Lately, I've been using my spare time to pick up my study of the Japanese language again. Using an iPhone app, I've been learning the vocab that would show up on the JLPT Level 5 (the most basic difficulty level of the Japanese Language Proficiency Test).
I started studying the vocab several months ago, taking 10-20 new words at a time, and finally worked my way up to the entire set a couple of weeks ago. All in all, there are 714 vocab words at this level. I've taken the full quiz on my iPhone three times now: The first time, I scored 708/714; the second time, 709/714; the third time, 710/714. The words I've gotten wrong have been dumb mistakes--I try to finish the test quickly and so either push the wrong button or fail to read the options carefully enough when I rush.

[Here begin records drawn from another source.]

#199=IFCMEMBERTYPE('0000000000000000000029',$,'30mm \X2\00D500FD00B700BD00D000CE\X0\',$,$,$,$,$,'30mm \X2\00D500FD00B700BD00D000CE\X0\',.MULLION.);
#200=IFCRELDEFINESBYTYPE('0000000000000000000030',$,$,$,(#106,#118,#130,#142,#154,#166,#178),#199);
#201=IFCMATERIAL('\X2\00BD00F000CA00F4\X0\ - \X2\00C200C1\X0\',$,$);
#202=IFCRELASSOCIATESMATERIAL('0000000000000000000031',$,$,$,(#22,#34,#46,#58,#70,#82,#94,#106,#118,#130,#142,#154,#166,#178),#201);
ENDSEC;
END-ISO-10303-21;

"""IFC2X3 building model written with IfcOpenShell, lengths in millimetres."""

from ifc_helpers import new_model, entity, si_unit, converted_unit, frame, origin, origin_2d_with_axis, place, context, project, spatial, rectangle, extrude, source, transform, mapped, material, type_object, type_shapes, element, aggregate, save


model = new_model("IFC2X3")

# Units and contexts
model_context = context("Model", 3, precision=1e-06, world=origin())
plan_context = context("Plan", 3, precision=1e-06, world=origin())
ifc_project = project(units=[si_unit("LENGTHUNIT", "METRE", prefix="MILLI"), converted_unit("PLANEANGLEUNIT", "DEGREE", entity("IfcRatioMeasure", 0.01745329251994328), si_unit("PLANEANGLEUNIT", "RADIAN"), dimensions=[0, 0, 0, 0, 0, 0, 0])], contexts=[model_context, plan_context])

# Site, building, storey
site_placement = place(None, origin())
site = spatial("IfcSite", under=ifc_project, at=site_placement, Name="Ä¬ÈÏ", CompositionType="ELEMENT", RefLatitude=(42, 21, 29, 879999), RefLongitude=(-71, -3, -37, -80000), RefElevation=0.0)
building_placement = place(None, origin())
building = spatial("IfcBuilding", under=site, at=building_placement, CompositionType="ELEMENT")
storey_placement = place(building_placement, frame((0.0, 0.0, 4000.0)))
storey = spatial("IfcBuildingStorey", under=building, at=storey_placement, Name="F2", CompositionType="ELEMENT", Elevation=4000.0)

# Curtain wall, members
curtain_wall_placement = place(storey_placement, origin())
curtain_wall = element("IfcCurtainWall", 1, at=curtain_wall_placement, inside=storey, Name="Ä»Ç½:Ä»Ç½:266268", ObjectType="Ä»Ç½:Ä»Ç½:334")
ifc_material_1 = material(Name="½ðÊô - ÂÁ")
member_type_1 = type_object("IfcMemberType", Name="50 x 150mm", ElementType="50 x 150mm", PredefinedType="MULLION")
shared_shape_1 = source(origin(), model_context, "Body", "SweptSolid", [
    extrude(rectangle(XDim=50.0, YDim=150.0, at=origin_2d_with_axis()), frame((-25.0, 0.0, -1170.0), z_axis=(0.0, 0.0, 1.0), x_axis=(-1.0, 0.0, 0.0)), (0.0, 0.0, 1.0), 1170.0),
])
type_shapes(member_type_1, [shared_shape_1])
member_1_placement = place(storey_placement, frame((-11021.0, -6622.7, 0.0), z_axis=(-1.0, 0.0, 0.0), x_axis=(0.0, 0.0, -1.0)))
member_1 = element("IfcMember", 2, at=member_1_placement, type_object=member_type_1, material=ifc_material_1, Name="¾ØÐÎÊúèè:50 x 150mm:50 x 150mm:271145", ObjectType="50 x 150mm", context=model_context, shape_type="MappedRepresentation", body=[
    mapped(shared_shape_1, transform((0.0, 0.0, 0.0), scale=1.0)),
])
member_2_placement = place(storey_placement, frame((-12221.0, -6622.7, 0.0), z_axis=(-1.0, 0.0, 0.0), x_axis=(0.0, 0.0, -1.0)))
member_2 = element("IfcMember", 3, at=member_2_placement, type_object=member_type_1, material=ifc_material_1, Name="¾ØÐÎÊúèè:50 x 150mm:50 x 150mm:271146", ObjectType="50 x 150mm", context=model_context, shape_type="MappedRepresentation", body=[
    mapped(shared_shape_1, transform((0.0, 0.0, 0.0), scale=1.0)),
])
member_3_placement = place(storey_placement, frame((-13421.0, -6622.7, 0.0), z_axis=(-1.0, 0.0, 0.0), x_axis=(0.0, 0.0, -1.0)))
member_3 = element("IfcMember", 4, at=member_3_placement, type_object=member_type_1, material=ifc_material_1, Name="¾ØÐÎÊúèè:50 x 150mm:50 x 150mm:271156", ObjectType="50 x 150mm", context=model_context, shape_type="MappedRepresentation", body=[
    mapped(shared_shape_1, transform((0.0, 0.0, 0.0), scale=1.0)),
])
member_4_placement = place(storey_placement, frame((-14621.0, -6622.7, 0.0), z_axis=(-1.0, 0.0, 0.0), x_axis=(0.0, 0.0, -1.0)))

Still, I'm improving: I've gotten a higher score each time, and the test has gone from taking me over an hour to taking just under 40 minutes (I was really flying through the questions this last time). The challenge now is to take all of this vocab and commit it to working memory. I need to start using the vocab that I know, and perhaps just as importantly, listen for the words I know when someone is speaking to me in Japanese.

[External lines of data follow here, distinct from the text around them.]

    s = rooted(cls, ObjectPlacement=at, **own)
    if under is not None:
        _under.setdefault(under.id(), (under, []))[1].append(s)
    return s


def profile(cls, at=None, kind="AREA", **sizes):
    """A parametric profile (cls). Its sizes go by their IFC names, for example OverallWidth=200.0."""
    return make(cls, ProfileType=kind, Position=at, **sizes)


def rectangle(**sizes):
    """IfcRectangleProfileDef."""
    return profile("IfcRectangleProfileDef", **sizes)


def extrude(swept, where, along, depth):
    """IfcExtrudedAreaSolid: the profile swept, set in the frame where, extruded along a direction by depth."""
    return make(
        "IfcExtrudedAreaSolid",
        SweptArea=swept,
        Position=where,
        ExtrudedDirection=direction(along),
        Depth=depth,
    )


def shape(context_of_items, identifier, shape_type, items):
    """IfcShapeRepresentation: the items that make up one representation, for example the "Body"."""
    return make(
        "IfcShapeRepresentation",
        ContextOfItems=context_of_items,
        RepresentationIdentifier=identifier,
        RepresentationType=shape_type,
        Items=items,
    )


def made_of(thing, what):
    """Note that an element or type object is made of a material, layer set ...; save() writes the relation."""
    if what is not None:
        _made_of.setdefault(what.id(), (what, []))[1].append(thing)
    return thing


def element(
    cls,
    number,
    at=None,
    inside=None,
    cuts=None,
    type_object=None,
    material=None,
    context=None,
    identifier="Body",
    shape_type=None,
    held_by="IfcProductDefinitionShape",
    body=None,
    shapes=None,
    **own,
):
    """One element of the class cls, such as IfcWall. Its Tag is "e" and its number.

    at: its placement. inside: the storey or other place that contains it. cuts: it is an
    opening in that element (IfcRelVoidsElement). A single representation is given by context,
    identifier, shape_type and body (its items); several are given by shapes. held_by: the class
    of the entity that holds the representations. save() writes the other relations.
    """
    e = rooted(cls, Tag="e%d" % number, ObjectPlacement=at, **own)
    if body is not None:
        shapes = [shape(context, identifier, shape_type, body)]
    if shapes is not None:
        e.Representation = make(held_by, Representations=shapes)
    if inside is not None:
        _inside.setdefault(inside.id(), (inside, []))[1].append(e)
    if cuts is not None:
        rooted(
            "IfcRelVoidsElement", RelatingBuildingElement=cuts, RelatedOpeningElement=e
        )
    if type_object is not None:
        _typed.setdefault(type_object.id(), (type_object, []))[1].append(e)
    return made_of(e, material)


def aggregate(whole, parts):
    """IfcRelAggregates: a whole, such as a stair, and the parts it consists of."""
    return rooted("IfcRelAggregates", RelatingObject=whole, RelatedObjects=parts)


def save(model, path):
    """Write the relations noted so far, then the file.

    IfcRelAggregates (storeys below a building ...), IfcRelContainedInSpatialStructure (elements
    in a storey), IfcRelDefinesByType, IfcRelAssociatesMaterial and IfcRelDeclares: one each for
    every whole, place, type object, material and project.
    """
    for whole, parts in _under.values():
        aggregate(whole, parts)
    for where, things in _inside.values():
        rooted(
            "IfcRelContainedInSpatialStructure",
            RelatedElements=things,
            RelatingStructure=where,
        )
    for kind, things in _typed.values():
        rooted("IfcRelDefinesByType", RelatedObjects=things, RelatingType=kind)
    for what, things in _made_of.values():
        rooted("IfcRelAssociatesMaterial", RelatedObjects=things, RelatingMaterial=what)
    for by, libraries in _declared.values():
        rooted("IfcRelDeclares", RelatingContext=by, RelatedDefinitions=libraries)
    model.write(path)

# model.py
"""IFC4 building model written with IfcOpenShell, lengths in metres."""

I had an opportunity to listen at church today. Everything at my church--announcements, songs, readings, preaching--is in Japanese, with English translation provided via headset. This is great, except for when the headset doesn't work, like today. Instead of listening to a very faint English translation under a distracting amount of static, I opted instead to test out my Japanese listening skills. Though I certainly did recognize vocab words that I had learned, I had difficulty understanding how they fit into what the pastor was saying, and what the point of the sermon was. This was very discouraging and I was just about to put on the head-set and suffer through the static when the pastor mentioned "Hachiko". For those who do not know, there's a very famous (and true) story from Japan in the 1920s about a dog, Hachiko, who would meet his owner, a professor, at Shibuya station at the same time every day. Even after the professor died suddenly, the dog continued to faithfully venture to the station to wait at his post every day. The touching story has even reached American pop culture, as it was adapted into a movie (set in the U.S. rather than Japan, and butchered in the way that only Richard Gere can ruin something good).
Anyway, I digress. I recognized the mention of Hachiko, and decided that based on this basic familiarity with the story, I'd try my luck in listening without translation. It was a night-and-day difference. The pastor wasn't speaking any slower, wasn't simplifying his language, wasn't speaking any differently... I just happened to know the story he was telling, so I had a rough idea of what I was listening for. I understood maybe 80% of what the pastor said as he re-told the story as all the random vocab I knew suddenly slid into place and took on purpose contributing toward a greater meaning. Had I not known the story of Hachiko, I would have been just as lost as I was the rest of the time. I should note that the sermon was on Psalm 92, so I didn't have the contextual benefit of a familiar Bible story to follow along with.
Though I missed out on a lot of the content of the sermon by listening in Japanese, I feel like I have made progress in my ability to listen and in the scope of what I understand. Being able to pick out words I know actually helps me to pick out words I do not know as well. So, in the margins of my sermon notes (which were very brief and written in hiragana today), I jotted down the words I didn't know that came up the most. I'll look them up before next week and then hopefully be able to understand even more the next time I happen to not use the English translation.
In the meantime, though, context is everything.